As we saw last time, taking the higher order derivatives of a function can tell us important information about the shape of a curve.
Taking second-order partial derivations follows the same logic we encountered in the univariate context (with slightly different notation).

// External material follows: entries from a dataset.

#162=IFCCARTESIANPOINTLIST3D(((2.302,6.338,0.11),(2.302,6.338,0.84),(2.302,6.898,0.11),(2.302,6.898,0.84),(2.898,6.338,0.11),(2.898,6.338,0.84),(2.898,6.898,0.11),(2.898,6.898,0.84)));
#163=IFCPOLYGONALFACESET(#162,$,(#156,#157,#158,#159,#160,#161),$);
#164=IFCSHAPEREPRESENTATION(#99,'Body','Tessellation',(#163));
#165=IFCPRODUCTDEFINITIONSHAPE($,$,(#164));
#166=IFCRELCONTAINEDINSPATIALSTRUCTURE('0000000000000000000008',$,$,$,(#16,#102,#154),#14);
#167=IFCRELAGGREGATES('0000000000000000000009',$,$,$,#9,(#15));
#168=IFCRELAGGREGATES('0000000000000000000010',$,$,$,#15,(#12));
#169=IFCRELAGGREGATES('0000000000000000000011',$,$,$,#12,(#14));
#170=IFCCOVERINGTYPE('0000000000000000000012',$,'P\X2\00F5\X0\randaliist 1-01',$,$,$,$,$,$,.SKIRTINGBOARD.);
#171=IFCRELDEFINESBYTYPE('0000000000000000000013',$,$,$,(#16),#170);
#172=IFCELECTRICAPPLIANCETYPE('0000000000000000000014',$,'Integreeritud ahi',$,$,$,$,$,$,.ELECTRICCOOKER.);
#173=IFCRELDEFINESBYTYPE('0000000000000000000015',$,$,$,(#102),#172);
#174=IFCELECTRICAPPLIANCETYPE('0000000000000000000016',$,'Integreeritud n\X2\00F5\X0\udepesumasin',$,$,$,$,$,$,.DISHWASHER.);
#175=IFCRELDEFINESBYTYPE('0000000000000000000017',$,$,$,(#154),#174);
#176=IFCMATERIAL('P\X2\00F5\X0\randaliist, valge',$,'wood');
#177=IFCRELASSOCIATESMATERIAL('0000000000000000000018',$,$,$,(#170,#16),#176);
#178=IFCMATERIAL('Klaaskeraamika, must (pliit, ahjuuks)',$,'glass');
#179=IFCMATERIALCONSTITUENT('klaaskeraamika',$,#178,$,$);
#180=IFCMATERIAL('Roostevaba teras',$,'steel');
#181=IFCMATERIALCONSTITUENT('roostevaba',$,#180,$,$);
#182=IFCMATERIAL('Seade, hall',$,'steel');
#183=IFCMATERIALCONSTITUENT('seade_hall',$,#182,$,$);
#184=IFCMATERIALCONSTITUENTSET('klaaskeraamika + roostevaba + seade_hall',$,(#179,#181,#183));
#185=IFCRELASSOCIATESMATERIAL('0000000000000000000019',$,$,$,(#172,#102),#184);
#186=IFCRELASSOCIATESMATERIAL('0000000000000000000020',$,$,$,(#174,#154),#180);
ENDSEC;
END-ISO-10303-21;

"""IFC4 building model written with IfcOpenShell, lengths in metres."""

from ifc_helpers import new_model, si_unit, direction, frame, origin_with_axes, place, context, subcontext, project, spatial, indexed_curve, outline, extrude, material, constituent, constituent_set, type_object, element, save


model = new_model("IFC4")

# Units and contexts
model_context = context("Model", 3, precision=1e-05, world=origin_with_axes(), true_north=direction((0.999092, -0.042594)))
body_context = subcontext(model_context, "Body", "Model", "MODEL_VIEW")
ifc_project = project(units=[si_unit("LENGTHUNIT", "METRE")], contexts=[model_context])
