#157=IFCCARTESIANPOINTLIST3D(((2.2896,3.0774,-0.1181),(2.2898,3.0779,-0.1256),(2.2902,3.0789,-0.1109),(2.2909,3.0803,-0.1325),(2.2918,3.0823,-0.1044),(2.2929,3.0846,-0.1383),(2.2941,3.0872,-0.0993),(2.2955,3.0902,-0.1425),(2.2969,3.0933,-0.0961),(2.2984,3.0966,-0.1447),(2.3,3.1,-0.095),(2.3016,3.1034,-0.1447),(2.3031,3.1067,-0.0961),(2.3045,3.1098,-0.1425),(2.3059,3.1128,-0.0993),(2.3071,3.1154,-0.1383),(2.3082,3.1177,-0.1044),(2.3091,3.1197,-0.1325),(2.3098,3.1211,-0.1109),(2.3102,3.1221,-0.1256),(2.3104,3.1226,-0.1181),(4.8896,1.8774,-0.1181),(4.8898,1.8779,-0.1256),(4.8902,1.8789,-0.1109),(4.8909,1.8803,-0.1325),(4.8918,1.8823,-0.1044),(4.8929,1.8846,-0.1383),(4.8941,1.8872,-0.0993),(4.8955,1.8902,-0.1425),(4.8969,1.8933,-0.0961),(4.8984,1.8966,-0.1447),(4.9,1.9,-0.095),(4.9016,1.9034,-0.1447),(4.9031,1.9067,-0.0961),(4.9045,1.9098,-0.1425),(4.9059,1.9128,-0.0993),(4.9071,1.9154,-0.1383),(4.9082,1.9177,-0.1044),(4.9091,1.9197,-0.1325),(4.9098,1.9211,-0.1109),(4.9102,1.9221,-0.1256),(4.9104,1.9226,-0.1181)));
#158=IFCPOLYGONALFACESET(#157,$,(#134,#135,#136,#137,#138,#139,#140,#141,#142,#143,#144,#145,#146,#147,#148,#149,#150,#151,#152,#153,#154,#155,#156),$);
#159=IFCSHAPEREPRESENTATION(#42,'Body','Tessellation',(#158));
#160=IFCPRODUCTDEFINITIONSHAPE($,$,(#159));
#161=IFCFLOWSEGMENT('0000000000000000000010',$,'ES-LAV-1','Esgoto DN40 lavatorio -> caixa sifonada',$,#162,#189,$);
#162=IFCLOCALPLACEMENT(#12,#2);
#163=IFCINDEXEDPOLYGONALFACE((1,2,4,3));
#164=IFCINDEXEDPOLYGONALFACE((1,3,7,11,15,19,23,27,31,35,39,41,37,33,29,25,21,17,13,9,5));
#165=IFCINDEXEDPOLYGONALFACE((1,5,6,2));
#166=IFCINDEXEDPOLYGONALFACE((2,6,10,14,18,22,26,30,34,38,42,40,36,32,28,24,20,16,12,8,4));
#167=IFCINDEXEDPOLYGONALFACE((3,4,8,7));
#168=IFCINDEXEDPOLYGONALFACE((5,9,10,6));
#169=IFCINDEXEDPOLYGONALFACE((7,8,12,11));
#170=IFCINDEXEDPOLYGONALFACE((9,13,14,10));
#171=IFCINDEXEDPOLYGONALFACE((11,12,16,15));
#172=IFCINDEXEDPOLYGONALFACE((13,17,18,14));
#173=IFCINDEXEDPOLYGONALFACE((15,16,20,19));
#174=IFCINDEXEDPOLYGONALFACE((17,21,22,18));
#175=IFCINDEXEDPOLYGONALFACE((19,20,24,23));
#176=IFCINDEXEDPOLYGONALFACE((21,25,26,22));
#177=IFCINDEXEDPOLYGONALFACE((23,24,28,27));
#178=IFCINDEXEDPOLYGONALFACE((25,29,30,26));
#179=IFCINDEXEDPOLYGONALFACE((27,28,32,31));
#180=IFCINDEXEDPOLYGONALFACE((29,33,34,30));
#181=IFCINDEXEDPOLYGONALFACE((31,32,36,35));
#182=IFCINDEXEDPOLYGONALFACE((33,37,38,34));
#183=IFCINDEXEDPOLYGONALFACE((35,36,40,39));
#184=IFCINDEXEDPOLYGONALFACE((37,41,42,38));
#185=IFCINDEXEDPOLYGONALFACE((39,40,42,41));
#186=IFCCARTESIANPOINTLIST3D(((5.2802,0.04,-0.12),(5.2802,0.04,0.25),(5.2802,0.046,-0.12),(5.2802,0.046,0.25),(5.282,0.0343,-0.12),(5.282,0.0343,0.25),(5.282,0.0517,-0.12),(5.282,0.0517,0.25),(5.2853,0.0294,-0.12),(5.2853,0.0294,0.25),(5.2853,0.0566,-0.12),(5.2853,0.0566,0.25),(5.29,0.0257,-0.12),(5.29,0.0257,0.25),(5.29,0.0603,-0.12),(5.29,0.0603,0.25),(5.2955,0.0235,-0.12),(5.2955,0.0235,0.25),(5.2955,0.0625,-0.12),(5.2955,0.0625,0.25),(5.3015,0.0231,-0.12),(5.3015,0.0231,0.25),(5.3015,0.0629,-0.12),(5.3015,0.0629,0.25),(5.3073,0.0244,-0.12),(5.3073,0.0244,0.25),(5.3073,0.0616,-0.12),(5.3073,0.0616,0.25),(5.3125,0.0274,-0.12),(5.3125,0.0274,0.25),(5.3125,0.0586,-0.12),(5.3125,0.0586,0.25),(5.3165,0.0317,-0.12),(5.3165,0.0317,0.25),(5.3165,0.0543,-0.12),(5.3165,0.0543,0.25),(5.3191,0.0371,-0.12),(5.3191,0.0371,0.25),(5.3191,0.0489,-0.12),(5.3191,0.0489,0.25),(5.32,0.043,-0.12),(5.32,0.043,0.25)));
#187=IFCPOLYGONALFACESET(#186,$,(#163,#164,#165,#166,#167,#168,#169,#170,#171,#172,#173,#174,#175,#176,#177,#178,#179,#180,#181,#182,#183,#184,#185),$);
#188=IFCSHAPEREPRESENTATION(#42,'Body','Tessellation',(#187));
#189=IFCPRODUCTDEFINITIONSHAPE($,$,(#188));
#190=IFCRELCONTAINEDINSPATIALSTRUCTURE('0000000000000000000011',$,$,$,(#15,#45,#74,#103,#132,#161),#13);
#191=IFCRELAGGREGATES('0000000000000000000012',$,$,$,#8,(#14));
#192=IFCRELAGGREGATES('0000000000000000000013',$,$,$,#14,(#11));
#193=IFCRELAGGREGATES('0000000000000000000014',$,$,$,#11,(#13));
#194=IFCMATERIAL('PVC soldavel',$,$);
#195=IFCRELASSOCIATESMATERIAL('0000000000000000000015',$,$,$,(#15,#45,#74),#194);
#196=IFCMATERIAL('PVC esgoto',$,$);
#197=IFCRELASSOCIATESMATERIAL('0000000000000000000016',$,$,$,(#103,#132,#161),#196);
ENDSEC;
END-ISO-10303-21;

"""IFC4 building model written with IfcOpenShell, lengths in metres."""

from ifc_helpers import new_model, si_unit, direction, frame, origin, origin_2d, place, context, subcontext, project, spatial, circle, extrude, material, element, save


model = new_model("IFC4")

$$ \frac{\partial^2}{ \partial x^2 } = f_{xx}$$
Consider the function
$$ f(x,y) = 2y^2x^3$$
$$ f_x = 6y^2x^2$$
$$ f_{xx} = 12y^2x$$
Likewise,
$$ f_y = 4x^3y$$
$$ f_{yy} = 4x^3 $$
We can also take the cross-partial derivative (or the mixed-partial derivative): that is, we can first take the derivative with respect to one variable and then take that partial derivate with respect to another variable.
$$ f_x = 6y^2x^2$$
$$ f_{xy} = \frac{\partial^2 f}{\partial_y \partial_x} = 12yx^2$$
Likewise,
$$ f_y = 4x^3y$$
$$ f_{yx} = \frac{\partial^2 f}{\partial_x \partial_y} = 12x^2y $$
Note something interesting here
$$ f_{yx} = f_{xy}$$
$$ 12yx^2 = 12x^2y $$
The order in which we differentiate doesn't matter!
A multidimensional analog to the second derivative, the Hessian provides us a way to record information about the second-order partial derivatives and the cross-partial derivatives.
Again, consider:
$$ f(x,y) = 2y^2x^3$$
We can concisely store this information as a matrix.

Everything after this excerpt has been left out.